===== ENTRIES SHOWN

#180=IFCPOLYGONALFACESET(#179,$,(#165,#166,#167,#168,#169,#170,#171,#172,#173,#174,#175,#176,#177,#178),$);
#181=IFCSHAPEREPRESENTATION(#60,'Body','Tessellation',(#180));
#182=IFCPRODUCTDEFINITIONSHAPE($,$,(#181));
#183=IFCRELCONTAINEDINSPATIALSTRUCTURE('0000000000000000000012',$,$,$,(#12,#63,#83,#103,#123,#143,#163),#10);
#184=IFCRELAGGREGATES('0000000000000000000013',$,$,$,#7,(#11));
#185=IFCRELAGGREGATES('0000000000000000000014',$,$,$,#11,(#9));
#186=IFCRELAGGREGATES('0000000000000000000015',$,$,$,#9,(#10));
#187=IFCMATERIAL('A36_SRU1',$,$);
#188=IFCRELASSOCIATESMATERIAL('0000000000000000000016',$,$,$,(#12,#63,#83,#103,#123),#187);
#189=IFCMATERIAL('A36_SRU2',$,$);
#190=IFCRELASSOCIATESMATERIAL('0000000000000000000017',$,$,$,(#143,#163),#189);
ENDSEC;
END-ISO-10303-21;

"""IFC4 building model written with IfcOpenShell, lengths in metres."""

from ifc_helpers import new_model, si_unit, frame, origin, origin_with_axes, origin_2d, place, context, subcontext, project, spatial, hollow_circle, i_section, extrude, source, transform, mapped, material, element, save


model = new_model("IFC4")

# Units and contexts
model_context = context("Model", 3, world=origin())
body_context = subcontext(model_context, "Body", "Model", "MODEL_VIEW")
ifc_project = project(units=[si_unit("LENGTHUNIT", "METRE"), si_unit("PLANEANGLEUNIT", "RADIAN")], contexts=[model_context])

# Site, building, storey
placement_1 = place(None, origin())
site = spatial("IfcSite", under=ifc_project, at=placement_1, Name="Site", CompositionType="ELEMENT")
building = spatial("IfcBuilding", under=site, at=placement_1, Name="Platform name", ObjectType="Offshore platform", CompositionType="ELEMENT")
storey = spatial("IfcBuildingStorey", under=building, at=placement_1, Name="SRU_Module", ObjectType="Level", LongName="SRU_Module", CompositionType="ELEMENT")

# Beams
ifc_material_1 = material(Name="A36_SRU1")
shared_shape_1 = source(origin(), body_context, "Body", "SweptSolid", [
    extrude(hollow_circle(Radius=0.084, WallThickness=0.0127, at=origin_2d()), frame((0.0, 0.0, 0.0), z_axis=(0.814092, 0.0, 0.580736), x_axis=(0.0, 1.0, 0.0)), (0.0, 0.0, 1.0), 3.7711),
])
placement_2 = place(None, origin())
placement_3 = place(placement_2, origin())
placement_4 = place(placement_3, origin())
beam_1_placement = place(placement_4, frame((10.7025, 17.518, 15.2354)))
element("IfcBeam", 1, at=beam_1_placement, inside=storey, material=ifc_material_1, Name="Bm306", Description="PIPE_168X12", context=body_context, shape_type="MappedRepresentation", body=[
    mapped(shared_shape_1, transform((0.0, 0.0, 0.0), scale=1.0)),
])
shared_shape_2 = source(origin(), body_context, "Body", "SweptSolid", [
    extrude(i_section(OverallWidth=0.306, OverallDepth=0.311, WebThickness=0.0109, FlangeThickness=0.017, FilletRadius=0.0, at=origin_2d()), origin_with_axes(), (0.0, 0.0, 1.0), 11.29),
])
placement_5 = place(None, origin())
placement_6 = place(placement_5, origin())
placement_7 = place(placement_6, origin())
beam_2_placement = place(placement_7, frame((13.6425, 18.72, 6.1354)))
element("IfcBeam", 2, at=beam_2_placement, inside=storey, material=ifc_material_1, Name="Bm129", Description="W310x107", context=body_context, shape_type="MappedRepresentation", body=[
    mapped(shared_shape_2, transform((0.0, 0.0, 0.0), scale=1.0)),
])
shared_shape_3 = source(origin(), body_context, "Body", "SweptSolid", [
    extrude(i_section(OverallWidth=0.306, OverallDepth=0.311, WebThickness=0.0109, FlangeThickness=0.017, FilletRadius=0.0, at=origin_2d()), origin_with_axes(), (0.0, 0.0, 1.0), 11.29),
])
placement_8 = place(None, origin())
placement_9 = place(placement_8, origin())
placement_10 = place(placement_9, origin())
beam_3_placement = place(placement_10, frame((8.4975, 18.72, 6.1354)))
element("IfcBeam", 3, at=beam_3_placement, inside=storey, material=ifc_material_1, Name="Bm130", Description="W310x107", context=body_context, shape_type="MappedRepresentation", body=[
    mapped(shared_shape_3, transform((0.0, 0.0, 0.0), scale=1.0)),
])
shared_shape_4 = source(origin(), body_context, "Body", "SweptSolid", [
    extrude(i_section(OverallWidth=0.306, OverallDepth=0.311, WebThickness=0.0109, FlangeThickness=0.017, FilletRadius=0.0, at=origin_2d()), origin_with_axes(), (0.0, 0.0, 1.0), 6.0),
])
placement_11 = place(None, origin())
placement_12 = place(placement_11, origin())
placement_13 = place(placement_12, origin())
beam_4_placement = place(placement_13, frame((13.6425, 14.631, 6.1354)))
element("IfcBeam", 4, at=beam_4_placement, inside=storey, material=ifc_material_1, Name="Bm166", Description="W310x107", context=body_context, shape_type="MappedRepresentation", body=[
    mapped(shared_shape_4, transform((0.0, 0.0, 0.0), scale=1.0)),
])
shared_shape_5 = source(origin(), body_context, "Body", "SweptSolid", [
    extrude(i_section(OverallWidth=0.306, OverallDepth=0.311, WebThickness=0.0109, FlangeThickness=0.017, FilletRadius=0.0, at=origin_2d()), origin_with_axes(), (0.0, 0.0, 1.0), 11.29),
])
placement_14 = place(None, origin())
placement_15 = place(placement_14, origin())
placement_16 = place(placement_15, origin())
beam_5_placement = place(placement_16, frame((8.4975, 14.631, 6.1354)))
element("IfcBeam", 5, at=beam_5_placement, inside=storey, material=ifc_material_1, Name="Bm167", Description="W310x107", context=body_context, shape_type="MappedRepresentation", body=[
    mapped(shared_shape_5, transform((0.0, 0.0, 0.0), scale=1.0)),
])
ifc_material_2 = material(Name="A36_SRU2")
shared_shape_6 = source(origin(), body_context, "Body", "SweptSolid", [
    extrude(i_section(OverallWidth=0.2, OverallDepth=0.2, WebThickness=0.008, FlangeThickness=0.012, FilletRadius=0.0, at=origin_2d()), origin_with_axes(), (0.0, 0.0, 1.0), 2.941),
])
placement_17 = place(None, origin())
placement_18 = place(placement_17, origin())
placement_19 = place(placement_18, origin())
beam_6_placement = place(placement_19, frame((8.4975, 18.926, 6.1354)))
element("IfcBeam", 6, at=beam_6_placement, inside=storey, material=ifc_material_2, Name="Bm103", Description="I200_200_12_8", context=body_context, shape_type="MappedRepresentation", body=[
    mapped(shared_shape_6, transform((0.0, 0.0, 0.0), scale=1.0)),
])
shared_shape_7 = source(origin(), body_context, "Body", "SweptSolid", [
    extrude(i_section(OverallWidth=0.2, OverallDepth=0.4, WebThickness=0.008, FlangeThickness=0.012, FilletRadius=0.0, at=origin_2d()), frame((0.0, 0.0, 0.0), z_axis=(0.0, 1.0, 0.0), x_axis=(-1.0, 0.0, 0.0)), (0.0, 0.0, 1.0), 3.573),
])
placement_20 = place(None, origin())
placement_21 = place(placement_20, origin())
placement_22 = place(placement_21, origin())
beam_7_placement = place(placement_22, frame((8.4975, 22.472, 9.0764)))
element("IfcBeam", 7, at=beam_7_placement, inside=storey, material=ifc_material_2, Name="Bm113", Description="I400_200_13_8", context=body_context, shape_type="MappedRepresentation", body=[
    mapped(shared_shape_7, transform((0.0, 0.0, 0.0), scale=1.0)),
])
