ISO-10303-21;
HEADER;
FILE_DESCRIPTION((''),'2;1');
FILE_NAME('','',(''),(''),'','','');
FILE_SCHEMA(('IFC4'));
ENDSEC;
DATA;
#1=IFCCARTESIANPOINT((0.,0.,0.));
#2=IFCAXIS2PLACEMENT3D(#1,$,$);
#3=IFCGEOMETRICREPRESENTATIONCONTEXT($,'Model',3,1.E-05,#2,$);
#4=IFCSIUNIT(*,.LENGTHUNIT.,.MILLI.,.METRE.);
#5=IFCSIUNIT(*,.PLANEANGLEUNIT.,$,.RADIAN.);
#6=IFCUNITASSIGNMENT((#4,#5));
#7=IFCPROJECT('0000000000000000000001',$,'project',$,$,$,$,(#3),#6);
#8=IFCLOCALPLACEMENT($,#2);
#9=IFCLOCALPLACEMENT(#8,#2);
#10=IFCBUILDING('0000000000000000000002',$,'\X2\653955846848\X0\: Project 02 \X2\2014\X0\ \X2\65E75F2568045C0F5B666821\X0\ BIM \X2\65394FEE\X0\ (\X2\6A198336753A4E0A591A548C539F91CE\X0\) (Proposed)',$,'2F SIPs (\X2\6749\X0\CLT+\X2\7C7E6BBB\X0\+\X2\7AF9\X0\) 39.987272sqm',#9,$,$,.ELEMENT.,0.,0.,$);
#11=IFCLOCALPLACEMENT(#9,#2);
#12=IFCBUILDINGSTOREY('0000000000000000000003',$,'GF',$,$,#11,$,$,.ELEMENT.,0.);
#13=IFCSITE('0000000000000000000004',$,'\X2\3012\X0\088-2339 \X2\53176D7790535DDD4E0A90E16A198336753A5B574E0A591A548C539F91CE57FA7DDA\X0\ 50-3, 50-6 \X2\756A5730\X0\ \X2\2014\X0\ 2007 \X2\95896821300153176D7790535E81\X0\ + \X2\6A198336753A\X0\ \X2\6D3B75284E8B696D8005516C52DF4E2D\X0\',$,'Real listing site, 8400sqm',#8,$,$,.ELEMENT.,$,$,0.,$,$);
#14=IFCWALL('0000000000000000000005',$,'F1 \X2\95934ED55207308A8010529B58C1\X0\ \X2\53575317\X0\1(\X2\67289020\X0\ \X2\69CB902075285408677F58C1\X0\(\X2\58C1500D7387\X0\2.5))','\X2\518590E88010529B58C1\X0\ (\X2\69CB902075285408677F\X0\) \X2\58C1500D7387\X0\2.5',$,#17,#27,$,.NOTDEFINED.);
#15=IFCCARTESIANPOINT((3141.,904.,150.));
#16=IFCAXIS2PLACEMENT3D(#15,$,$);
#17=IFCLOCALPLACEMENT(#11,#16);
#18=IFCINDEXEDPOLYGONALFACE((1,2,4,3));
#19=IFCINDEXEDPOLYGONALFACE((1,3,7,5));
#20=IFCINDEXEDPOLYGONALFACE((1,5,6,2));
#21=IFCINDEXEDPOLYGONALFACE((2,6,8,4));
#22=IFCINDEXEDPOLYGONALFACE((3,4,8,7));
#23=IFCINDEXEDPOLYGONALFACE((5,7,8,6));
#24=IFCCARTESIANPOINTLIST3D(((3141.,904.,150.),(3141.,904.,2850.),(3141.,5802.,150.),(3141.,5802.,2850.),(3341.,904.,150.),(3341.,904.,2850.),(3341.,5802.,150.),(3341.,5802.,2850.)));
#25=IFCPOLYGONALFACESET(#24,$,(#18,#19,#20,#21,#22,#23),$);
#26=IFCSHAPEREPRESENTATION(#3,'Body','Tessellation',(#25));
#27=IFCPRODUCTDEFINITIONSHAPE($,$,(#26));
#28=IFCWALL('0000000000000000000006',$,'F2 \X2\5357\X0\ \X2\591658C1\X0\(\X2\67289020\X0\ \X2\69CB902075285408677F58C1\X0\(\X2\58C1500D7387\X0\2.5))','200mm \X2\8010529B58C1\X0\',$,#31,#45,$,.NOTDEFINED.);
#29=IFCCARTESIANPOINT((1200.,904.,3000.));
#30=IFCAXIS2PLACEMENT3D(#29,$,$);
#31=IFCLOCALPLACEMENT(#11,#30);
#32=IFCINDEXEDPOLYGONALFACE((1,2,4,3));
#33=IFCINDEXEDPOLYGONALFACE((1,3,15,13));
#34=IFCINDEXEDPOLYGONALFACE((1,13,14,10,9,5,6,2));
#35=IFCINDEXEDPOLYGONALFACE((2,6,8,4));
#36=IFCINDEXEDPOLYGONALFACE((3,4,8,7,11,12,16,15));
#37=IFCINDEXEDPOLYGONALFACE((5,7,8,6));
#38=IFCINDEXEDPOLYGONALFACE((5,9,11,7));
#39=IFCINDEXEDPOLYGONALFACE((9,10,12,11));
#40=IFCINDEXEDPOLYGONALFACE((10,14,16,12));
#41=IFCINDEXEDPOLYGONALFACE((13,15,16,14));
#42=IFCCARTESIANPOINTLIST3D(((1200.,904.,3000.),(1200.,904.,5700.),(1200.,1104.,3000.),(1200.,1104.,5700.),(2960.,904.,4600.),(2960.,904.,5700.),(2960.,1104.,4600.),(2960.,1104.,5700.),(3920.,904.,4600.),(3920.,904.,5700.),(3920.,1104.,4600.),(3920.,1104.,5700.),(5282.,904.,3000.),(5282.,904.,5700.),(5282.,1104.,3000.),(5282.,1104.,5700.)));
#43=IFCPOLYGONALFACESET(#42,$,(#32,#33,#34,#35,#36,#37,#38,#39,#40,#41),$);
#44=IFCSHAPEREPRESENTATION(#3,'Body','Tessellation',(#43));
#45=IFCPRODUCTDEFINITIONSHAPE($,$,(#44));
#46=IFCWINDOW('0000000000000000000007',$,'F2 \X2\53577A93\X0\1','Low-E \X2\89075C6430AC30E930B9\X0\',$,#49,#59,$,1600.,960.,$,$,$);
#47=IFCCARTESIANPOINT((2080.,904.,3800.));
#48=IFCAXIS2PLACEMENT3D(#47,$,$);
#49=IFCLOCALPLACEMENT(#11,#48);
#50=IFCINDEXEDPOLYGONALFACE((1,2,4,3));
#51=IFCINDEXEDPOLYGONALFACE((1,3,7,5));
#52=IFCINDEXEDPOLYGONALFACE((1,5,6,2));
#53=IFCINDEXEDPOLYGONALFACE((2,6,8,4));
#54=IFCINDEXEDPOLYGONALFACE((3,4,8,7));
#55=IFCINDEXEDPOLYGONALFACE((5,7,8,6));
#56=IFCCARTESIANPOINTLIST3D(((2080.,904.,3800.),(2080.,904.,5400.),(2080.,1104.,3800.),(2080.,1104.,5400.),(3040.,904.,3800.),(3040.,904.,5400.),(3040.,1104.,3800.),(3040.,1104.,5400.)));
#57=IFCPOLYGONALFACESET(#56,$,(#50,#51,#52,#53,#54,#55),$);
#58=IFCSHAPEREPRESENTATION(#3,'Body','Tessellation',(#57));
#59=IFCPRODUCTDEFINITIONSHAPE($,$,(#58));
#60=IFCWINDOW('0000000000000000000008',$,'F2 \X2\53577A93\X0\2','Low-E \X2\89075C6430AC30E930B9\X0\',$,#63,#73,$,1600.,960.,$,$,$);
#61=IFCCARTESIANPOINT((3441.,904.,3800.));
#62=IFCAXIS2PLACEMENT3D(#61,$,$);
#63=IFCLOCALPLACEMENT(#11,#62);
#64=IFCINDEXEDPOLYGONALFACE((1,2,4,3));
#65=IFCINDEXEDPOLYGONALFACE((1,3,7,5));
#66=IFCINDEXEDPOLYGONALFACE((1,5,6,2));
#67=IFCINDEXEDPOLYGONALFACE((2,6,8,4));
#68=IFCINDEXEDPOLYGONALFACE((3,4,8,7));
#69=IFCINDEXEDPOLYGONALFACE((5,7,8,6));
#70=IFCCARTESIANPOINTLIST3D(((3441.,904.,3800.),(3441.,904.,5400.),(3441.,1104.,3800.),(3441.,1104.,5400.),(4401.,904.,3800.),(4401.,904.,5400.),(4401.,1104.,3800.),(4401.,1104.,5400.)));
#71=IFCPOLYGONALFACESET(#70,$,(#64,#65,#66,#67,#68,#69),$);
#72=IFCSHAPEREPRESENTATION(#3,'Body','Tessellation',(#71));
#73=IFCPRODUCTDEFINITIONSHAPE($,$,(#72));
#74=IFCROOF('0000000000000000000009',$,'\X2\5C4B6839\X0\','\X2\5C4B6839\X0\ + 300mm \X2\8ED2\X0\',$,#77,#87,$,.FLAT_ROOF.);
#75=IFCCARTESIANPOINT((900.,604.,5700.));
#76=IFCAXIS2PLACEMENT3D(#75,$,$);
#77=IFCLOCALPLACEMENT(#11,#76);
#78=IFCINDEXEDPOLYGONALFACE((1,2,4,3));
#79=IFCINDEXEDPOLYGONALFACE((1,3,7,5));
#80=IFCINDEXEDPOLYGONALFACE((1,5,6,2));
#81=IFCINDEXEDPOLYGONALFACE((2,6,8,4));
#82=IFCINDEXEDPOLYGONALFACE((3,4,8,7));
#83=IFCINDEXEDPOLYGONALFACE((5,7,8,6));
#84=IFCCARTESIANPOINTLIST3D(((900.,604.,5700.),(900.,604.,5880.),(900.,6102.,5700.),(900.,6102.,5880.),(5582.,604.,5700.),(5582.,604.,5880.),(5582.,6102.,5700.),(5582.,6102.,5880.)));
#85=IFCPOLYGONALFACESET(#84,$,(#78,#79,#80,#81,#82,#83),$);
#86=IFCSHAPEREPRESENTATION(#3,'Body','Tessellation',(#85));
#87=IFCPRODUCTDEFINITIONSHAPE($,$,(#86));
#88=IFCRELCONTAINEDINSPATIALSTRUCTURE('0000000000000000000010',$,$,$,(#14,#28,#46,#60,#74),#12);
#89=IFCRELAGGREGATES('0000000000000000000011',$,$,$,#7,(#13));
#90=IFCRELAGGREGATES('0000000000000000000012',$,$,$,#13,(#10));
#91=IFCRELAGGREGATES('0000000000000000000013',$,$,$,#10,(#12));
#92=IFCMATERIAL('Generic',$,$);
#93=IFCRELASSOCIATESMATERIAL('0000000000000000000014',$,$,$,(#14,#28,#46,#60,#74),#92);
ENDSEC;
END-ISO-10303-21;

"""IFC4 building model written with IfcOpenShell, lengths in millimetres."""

from ifc_helpers import new_model, si_unit, frame, frame_2d, origin, place, context, project, spatial, rectangle, extrude, material, element, fill, save


model = new_model("IFC4")

# Units and contexts
model_context = context("Model", 3, precision=1e-05, world=origin())
ifc_project = project(units=[si_unit("LENGTHUNIT", "METRE", prefix="MILLI"), si_unit("PLANEANGLEUNIT", "RADIAN")], contexts=[model_context])

# Site, building, storey
site_placement = place(None, origin())
site = spatial("IfcSite", under=ifc_project, at=site_placement, Name="〒088-2339 北海道川上郡標茶町字上多和原野基線 50-3, 50-6 番地 — 2007 閉校、北海道庁 + 標茶町 活用事業者公募中", ObjectType="Real listing site, 8400sqm", CompositionType="ELEMENT", RefElevation=0.0)
building_placement = place(site_placement, origin())
building = spatial("IfcBuilding", under=site, at=building_placement, Name="改善案: Project 02 — 旧弥栄小学校 BIM 改修 (標茶町上多和原野) (Proposed)", ObjectType="2F SIPs (杉CLT+籾殻+竹) 39.987272sqm", CompositionType="ELEMENT", ElevationOfRefHeight=0.0, ElevationOfTerrain=0.0)
storey_placement = place(building_placement, origin())
storey = spatial("IfcBuildingStorey", under=building, at=storey_placement, Name="GF", CompositionType="ELEMENT", Elevation=0.0)

# Shared definitions
ifc_material_1 = material(Name="Generic")

# Wall
wall_1_placement = place(storey_placement, frame((3141.0, 904.0, 150.0)))
element("IfcWall", 1, at=wall_1_placement, inside=storey, material=ifc_material_1, Name="F1 間仕切り耐力壁 南北1(木造 構造用合板壁(壁倍率2.5))", Description="内部耐力壁 (構造用合板) 壁倍率2.5", PredefinedType="NOTDEFINED", context=model_context, shape_type="SweptSolid", body=[
    extrude(rectangle(XDim=200.0, YDim=4898.0, at=frame_2d((100.0, 2449.0))), frame((3141.0, 904.0, 150.0)), (0.0, 0.0, 1.0), 2700.0),
])

# Wall, openings, windows
wall_2_placement = place(storey_placement, frame((1200.0, 904.0, 3000.0)))
wall_2 = element("IfcWall", 2, at=wall_2_placement, inside=storey, material=ifc_material_1, Name="F2 南 外壁(木造 構造用合板壁(壁倍率2.5))", Description="200mm 耐力壁", PredefinedType="NOTDEFINED", context=model_context, shape_type="SweptSolid", body=[
    extrude(rectangle(XDim=4082.0, YDim=200.0, at=frame_2d((2041.0, 100.0))), frame((1200.0, 904.0, 3000.0)), (0.0, 0.0, 1.0), 2700.0),
])
opening_1_placement = place(storey_placement, frame((2080.0, 904.0, 3800.0)))
opening_1 = element("IfcOpeningElement", 3, at=opening_1_placement, cuts=wall_2, PredefinedType="NOTDEFINED", context=model_context, shape_type="SweptSolid", body=[
    extrude(rectangle(XDim=960.0, YDim=200.0, at=frame_2d((480.0, 100.0))), frame((2080.0, 904.0, 3800.0)), (0.0, 0.0, 1.0), 1600.0),
])
opening_2_placement = place(storey_placement, frame((3441.0, 904.0, 3800.0)))
opening_2 = element("IfcOpeningElement", 4, at=opening_2_placement, cuts=wall_2, PredefinedType="NOTDEFINED", context=model_context, shape_type="SweptSolid", body=[
    extrude(rectangle(XDim=960.0, YDim=200.0, at=frame_2d((480.0, 100.0))), frame((3441.0, 904.0, 3800.0)), (0.0, 0.0, 1.0), 1600.0),
])
window_1_placement = place(storey_placement, frame((2080.0, 904.0, 3800.0)))
window_1 = element("IfcWindow", 5, at=window_1_placement, inside=storey, material=ifc_material_1, Name="F2 南窓1", Description="Low-E 複層ガラス", OverallHeight=1600.0, OverallWidth=960.0, context=model_context, shape_type="SweptSolid", body=[
    extrude(rectangle(XDim=960.0, YDim=200.0, at=frame_2d((480.0, 100.0))), frame((2080.0, 904.0, 3800.0)), (0.0, 0.0, 1.0), 1600.0),
])
fill(opening_1, window_1)
window_2_placement = place(storey_placement, frame((3441.0, 904.0, 3800.0)))
window_2 = element("IfcWindow", 6, at=window_2_placement, inside=storey, material=ifc_material_1, Name="F2 南窓2", Description="Low-E 複層ガラス", OverallHeight=1600.0, OverallWidth=960.0, context=model_context, shape_type="SweptSolid", body=[
    extrude(rectangle(XDim=960.0, YDim=200.0, at=frame_2d((480.0, 100.0))), frame((3441.0, 904.0, 3800.0)), (0.0, 0.0, 1.0), 1600.0),
])
fill(opening_2, window_2)

# Roof
roof_placement = place(storey_placement, frame((900.0, 604.0, 5700.0)))
element("IfcRoof", 7, at=roof_placement, inside=storey, material=ifc_material_1, Name="屋根", Description="屋根 + 300mm 軒", PredefinedType="FLAT_ROOF", context=model_context, shape_type="SweptSolid", body=[
    extrude(rectangle(XDim=4682.0, YDim=5498.0, at=frame_2d((2341.0, 2749.0))), frame((900.0, 604.0, 5700.0)), (0.0, 0.0, 1.0), 180.0),
])

save(model, "model.ifc")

==========

▶ _YOUR TASK_
Above this task is a listing. Restate, word for word and with nothing added, the lines from the one with "#69=IFCINDEXEDPOLYGONALFACE((5,7,8,6));" through the one with "#79=IFCINDEXEDPOLYGONALFACE((1,3,7,5));".

▶ _ANSWER TO THIS EXERCISE_
#69=IFCINDEXEDPOLYGONALFACE((5,7,8,6));
#70=IFCCARTESIANPOINTLIST3D(((3441.,904.,3800.),(3441.,904.,5400.),(3441.,1104.,3800.),(3441.,1104.,5400.),(4401.,904.,3800.),(4401.,904.,5400.),(4401.,1104.,3800.),(4401.,1104.,5400.)));
#71=IFCPOLYGONALFACESET(#70,$,(#64,#65,#66,#67,#68,#69),$);
#72=IFCSHAPEREPRESENTATION(#3,'Body','Tessellation',(#71));
#73=IFCPRODUCTDEFINITIONSHAPE($,$,(#72));
#74=IFCROOF('0000000000000000000009',$,'\X2\5C4B6839\X0\','\X2\5C4B6839\X0\ + 300mm \X2\8ED2\X0\',$,#77,#87,$,.FLAT_ROOF.);
#75=IFCCARTESIANPOINT((900.,604.,5700.));
#76=IFCAXIS2PLACEMENT3D(#75,$,$);
#77=IFCLOCALPLACEMENT(#11,#76);
#78=IFCINDEXEDPOLYGONALFACE((1,2,4,3));
#79=IFCINDEXEDPOLYGONALFACE((1,3,7,5));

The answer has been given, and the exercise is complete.